Beda di kota Tanjungpinang, rasionya mungkin sudah 1 dokter melayani 2.000 warga atau malah kurang. Di perumahan kami saat ini aja ada tiga dokter umum, dan satu dokter gigi. Itu satu perumahan. Kalau sakit malam hari, bisa langsung ke tetangga yang dokter itu. Beda lagi di Bali, karena ada fakultas kedokteran di Universitas Udayana, kawan di sana berobat ke profesor yang juga dokter spesialis. Bahkan banyak dokter menjadi profesi lain karena dokter umum sudah biasa. Ini kata teman. Bisa benar bisa salah.
Tapi saya percaya omongannya. Karena sudah menjadi penasehat khusus Menpora Hayono Isman. Ketika kawannya sesama aktivis Universitas Pendidikan Indonesia (UPI) Bandung, Teten Masduki masih jadi tokoh buruh. Senior saya itu sudah duduk di ruang ber AC. Ia sudah menjadi host di ANTV sebelum Karni Ilyas menjadi populer dengan ILC. Ada kejadian lucu, mantan pejabat di Kepri minta kirim undangan dari Menpora waktu itu agar dia bisa dapat duit dengan alasan menghadiri acara di Jakarta. Dan nampaknya sampai saat ini, model dari zaman 90 an itu masih dipakai di era 2020.
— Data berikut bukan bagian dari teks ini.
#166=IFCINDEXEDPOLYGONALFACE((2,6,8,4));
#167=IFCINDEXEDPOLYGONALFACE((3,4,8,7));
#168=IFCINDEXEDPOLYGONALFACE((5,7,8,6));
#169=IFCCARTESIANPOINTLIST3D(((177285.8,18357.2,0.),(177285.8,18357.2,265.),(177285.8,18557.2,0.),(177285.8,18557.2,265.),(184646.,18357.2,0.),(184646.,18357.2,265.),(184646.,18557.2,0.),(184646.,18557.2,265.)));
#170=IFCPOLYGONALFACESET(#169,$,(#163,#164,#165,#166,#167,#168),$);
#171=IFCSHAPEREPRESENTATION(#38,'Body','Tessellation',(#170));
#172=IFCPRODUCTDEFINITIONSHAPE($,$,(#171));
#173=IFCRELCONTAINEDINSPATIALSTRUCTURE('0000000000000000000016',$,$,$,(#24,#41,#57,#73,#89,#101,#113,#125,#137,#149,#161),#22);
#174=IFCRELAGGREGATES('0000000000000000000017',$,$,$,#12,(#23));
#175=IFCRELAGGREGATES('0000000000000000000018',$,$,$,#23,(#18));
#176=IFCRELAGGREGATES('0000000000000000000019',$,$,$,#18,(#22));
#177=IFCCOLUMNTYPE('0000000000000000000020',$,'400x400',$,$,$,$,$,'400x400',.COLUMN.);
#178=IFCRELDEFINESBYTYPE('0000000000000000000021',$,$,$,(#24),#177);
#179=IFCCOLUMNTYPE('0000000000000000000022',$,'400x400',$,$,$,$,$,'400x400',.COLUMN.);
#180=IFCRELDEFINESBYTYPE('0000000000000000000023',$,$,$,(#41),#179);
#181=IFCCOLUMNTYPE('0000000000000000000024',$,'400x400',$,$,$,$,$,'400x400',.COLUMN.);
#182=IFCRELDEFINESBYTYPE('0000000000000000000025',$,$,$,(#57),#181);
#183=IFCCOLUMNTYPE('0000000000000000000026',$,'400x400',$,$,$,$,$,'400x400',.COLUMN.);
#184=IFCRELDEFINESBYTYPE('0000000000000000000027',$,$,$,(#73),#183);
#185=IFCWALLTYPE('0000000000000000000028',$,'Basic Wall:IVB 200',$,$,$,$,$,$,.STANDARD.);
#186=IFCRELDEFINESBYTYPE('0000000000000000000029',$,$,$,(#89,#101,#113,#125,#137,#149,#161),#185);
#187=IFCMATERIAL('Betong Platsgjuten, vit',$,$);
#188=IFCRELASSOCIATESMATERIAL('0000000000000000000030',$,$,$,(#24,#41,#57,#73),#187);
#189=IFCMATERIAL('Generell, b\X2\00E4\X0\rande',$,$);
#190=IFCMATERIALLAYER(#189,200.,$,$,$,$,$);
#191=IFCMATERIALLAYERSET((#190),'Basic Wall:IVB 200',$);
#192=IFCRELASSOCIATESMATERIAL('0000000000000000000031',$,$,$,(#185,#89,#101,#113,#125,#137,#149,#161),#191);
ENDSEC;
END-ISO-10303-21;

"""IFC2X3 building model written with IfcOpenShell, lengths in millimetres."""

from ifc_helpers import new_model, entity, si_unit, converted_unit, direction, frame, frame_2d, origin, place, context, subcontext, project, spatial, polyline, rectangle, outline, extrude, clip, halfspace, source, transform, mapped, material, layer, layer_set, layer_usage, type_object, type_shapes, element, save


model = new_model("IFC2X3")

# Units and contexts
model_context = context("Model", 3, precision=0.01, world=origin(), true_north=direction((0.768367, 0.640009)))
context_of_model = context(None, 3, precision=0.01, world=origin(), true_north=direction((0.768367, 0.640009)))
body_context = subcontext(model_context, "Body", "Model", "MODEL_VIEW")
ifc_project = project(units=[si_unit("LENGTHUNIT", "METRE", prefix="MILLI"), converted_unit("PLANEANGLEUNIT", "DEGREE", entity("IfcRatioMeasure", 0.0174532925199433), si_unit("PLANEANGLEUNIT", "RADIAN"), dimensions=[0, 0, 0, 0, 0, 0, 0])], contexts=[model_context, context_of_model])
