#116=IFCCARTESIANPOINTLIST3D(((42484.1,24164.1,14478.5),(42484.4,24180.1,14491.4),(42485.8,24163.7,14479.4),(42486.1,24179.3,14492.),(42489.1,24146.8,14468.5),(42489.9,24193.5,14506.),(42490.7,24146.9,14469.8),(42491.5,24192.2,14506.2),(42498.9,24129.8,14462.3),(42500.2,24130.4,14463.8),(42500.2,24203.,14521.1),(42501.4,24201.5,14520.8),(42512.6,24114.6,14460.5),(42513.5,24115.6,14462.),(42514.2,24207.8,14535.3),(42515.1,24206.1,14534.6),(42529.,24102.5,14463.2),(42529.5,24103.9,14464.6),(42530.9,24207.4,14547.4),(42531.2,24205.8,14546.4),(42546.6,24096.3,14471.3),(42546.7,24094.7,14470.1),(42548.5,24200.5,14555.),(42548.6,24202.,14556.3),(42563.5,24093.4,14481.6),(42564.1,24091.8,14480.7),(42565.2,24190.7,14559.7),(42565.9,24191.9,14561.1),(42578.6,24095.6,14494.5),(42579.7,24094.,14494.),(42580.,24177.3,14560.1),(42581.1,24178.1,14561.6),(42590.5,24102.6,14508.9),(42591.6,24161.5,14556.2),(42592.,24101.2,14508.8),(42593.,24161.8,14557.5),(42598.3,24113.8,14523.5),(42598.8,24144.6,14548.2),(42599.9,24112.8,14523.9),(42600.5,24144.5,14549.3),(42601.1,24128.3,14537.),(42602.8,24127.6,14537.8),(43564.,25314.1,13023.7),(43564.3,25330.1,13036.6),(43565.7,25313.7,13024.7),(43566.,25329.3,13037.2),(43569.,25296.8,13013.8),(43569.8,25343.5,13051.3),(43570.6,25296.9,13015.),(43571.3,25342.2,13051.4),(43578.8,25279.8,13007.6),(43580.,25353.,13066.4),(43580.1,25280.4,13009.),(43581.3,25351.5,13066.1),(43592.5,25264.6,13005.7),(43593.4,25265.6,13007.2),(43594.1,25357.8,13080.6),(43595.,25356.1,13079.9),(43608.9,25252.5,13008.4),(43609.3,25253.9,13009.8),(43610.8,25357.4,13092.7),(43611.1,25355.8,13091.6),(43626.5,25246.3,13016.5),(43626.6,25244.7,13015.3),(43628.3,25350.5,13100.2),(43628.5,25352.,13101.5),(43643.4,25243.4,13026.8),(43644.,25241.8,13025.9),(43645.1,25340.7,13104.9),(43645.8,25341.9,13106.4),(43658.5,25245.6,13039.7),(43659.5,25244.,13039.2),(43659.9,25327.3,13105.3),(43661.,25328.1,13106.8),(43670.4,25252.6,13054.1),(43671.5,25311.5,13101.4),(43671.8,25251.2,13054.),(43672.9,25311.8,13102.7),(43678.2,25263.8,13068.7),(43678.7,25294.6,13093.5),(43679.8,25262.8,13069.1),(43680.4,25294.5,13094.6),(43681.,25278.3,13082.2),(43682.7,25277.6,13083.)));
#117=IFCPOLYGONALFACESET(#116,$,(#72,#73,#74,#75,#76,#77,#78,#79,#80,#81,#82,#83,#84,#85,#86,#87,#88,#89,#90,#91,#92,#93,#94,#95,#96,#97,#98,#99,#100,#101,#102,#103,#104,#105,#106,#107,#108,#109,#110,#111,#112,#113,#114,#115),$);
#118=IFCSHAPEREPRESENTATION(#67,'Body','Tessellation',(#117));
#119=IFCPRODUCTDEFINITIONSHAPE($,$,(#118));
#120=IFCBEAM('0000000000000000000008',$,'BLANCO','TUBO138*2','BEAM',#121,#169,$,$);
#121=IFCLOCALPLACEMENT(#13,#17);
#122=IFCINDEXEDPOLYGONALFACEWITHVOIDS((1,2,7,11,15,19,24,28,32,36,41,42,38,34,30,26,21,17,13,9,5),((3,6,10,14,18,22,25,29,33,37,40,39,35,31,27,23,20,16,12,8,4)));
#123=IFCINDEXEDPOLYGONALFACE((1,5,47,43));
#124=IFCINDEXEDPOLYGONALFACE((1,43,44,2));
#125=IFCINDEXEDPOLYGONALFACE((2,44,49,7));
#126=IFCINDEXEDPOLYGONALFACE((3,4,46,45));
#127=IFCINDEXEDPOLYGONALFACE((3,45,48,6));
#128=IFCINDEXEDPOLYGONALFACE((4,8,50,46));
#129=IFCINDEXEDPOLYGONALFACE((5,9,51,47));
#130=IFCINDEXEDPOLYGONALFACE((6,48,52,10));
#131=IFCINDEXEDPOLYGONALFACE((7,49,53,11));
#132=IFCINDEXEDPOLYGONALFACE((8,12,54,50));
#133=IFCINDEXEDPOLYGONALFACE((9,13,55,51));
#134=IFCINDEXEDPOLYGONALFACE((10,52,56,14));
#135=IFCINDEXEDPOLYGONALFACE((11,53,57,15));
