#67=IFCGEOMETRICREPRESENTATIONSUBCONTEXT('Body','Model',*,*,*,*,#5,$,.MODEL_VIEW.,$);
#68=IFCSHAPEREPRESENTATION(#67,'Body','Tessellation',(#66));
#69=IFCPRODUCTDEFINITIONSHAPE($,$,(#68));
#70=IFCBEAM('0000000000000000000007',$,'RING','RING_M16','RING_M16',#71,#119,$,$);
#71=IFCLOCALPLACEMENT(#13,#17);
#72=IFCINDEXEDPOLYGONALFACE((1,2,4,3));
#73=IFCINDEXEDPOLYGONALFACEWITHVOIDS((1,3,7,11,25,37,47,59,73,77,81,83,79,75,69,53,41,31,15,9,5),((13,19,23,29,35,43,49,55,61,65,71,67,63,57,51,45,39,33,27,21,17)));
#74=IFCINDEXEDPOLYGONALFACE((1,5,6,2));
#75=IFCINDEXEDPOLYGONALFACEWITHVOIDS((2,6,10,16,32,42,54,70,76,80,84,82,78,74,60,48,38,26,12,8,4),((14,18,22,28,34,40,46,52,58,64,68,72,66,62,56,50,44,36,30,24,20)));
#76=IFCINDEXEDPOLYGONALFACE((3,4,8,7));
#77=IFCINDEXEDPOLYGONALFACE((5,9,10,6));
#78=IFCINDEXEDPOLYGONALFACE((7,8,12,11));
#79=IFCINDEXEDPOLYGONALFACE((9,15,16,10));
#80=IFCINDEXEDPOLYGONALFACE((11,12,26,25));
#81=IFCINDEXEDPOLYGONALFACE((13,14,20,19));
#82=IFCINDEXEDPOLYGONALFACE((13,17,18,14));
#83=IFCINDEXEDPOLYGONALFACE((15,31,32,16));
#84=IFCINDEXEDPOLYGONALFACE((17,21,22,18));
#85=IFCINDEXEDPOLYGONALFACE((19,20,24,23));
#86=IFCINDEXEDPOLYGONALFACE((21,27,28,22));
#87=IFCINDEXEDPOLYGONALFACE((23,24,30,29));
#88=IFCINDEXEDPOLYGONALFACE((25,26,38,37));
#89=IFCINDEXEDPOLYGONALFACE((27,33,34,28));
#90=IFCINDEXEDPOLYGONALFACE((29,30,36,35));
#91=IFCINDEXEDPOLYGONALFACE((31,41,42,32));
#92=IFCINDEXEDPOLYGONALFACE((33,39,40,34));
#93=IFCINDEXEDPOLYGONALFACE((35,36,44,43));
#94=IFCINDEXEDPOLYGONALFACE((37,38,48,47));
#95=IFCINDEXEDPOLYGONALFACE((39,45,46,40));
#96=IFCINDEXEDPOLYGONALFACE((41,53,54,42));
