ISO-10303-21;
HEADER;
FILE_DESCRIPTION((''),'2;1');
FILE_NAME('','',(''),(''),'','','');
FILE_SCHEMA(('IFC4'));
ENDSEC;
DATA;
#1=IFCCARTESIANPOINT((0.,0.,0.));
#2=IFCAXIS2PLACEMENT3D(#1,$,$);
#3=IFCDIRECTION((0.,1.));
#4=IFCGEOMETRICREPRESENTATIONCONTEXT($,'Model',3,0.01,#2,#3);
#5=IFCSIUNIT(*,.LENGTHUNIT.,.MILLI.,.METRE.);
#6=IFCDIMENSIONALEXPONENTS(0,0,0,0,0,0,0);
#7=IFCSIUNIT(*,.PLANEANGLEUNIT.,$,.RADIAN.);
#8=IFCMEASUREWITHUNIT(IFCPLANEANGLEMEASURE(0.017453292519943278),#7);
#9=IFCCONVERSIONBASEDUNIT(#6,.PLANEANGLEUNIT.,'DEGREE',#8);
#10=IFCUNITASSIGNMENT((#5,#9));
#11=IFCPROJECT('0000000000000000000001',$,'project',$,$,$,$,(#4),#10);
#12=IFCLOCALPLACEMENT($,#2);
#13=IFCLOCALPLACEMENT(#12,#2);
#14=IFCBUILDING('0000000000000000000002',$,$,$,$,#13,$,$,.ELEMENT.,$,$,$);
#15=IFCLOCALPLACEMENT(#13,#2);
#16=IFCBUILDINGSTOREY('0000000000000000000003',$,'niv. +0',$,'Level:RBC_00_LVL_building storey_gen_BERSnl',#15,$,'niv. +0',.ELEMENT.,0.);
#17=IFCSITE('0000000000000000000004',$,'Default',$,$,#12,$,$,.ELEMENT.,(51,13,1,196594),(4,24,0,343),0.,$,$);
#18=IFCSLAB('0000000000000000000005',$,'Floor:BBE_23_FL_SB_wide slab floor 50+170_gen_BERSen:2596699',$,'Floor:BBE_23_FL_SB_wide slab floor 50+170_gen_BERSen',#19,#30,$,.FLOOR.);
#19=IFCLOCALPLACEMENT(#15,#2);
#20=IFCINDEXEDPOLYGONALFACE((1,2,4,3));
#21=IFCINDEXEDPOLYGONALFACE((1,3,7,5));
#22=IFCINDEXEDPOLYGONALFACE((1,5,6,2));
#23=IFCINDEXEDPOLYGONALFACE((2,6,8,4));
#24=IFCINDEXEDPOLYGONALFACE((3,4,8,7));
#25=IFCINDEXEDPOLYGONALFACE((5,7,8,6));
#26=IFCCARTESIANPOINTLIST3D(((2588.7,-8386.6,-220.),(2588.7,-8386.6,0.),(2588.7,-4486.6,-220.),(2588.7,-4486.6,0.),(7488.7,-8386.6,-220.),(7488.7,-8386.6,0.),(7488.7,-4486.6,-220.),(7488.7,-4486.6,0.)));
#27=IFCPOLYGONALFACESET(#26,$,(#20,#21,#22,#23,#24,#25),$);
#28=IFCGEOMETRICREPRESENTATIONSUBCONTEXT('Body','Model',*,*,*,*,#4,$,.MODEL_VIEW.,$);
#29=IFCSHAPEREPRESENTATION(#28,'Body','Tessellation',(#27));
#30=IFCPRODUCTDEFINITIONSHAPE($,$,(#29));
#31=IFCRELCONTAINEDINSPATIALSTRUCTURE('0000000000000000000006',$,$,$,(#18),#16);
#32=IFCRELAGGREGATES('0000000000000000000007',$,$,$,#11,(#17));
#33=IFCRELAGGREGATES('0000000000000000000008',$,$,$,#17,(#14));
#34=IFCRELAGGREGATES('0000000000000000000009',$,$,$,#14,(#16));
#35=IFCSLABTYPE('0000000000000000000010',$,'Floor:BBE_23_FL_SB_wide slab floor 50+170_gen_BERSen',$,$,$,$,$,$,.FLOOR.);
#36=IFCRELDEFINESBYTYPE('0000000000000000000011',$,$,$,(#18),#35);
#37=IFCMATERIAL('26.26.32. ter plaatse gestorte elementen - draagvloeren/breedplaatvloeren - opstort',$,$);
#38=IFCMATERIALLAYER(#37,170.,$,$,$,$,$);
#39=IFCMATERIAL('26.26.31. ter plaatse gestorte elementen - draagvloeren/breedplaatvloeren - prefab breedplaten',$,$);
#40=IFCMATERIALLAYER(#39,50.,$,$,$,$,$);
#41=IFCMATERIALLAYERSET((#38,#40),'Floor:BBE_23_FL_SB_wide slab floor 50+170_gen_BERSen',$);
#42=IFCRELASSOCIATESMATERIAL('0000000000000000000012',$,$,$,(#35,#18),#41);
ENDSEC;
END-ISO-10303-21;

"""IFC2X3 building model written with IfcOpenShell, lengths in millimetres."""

from ifc_helpers import new_model, entity, si_unit, converted_unit, direction, frame, frame_2d, origin, place, context, subcontext, project, spatial, rectangle, extrude, material, layer, layer_set, layer_usage, type_object, element, save


model = new_model("IFC2X3")

# Units and contexts
model_context = context("Model", 3, precision=0.01, world=origin(), true_north=direction((0.0, 1.0)))
body_context = subcontext(model_context, "Body", "Model", "MODEL_VIEW")
ifc_project = project(units=[si_unit("LENGTHUNIT", "METRE", prefix="MILLI"), converted_unit("PLANEANGLEUNIT", "DEGREE", entity("IfcPlaneAngleMeasure", 0.017453292519943278), si_unit("PLANEANGLEUNIT", "RADIAN"), dimensions=[0, 0, 0, 0, 0, 0, 0])], contexts=[model_context])

# Site, building, storey
site_placement = place(None, origin())
site = spatial("IfcSite", under=ifc_project, at=site_placement, Name="Default", CompositionType="ELEMENT", RefLatitude=(51, 13, 1, 196594), RefLongitude=(4, 24, 0, 343), RefElevation=0.0)
building_placement = place(site_placement, origin())
building = spatial("IfcBuilding", under=site, at=building_placement, CompositionType="ELEMENT")
storey_placement = place(building_placement, origin())
storey = spatial("IfcBuildingStorey", under=building, at=storey_placement, Name="niv. +0", ObjectType="Level:RBC_00_LVL_building storey_gen_BERSnl", LongName="niv. +0", CompositionType="ELEMENT", Elevation=0.0)

# Slab
ifc_material_1 = material(Name="26.26.32. ter plaatse gestorte elementen - draagvloeren/breedplaatvloeren - opstort")
ifc_layer_1 = layer(ifc_material_1, 170.0)
ifc_material_2 = material(Name="26.26.31. ter plaatse gestorte elementen - draagvloeren/breedplaatvloeren - prefab breedplaten")
ifc_layer_2 = layer(ifc_material_2, 50.0)
ifc_layer_set = layer_set([ifc_layer_1, ifc_layer_2], Name="Floor:BBE_23_FL_SB_wide slab floor 50+170_gen_BERSen")
ifc_layer_usage = layer_usage(ifc_layer_set, "AXIS3", "POSITIVE", 0.0)
slab_type = type_object("IfcSlabType", Name="Floor:BBE_23_FL_SB_wide slab floor 50+170_gen_BERSen", PredefinedType="FLOOR", material=ifc_layer_set)
slab_placement = place(storey_placement, origin())
element("IfcSlab", 1, at=slab_placement, inside=storey, type_object=slab_type, material=ifc_layer_usage, Name="Floor:BBE_23_FL_SB_wide slab floor 50+170_gen_BERSen:2596699", ObjectType="Floor:BBE_23_FL_SB_wide slab floor 50+170_gen_BERSen", PredefinedType="FLOOR", context=body_context, shape_type="SweptSolid", body=[
    extrude(rectangle(XDim=3900.0, YDim=4900.0, at=frame_2d((0.0, 0.0), x_axis=(1.0, 0.0))), frame((5038.7, -6436.6, 0.0), z_axis=(0.0, 0.0, -1.0), x_axis=(0.0, 1.0, 0.0)), (0.0, 0.0, 1.0), 220.0),
])

save(model, "model.ifc")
Coba bayangkan di Tambelan, kalau mau perawatan serius ke Tanjungpinang menunggu kapal sebulan tak lebih tiga kali kapal Pelni ke Tanjungpinang. Jarak 260 mil Tambelan Tanjungpinang tidak bisa ditempuh dalam waktu singkat. Perlu 24 jam. Kalau di Tanjungpinang 10 menit bisa sampai di IGD.
Saya membayangkan di Puskesmas Tambelan ada dokter spesialis penyakit dalam dan spesialis kandungan. Mengapa? Karena jarak jauh. Harus ada pemerataan pelayanan kesehatan seluruh rakyat Indonesia. Pemda berikan tunjangan sama dengan dokter spesialis yang bertugas di RSUD Bintan. Kalau dua dokter misalnya diberikan Rp100 juta tunjangan untuk dua dokter itu, kan tidak besar dari 1,2 triliun APBD Bintan.
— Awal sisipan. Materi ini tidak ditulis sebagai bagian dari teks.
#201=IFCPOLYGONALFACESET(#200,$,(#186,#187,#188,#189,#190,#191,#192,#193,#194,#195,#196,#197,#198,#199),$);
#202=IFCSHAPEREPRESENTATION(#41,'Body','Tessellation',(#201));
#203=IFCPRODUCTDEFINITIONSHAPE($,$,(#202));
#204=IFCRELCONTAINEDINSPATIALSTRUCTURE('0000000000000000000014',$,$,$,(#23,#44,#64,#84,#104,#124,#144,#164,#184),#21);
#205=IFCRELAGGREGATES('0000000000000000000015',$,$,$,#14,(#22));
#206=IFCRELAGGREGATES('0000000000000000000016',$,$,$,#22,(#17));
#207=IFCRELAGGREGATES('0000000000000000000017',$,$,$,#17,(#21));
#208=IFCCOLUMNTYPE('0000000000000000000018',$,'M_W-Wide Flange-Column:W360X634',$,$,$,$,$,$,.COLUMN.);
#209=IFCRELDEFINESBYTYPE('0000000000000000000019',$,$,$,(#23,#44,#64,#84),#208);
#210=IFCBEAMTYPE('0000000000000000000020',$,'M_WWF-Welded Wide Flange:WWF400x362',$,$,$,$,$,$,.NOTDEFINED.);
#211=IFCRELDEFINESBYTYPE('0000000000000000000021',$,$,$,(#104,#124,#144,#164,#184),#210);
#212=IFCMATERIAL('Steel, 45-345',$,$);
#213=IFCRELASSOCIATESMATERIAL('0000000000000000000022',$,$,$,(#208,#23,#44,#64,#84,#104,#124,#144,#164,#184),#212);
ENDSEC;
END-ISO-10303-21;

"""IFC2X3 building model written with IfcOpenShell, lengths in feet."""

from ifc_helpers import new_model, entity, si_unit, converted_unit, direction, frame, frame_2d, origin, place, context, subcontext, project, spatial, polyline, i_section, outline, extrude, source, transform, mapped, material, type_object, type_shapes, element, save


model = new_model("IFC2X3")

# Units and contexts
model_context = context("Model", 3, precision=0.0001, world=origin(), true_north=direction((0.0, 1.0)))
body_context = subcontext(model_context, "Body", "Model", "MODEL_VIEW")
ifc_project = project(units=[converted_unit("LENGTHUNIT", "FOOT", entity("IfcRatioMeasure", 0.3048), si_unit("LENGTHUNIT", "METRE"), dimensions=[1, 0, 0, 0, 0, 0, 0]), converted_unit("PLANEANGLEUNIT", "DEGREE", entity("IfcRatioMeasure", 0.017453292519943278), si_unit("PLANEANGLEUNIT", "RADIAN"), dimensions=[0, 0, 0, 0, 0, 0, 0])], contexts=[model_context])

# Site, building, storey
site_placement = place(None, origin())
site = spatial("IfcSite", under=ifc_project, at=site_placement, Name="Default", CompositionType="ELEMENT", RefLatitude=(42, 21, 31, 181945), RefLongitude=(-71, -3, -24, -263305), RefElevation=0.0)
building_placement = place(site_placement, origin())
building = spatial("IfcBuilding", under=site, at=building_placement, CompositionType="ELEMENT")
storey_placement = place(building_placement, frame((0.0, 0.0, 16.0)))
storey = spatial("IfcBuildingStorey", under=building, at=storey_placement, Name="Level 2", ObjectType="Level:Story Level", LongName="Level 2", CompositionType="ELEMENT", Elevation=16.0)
Asalkan kecamatan yang jauh dari pusat pemerintahan merasa pelayanan kesehatan tidak diskriminasi. Padahal sama sama hidup dengan wilayah administrasi yang sama. Maka tidak boleh ada perlakuan yang beda. Atur itu melalui Perda kesehatan di tingkat lokal kalau perlu.
Karena waktu SD dan SMP tahun 1988-1997, saya tinggal di Tambelan merasakan kalau sakit perut terkadang kami harus minta dibacakan air di dalam gelas sama tokoh tertentu di kampung. Alhamdulillah terkadang manjur juga. Tidak perlu ke mantri waktu itu jika demam ringan. Wajah diberi kunyit berbentuk lingkaran opal. Pergelangan tangan dilingkari juga. Demam ringan istilahnya sambai. Ada mahluk halus yang menegur. Atau usil. Makanya perlu dikasi tahu agar jangan usil sesama mahluk Allah.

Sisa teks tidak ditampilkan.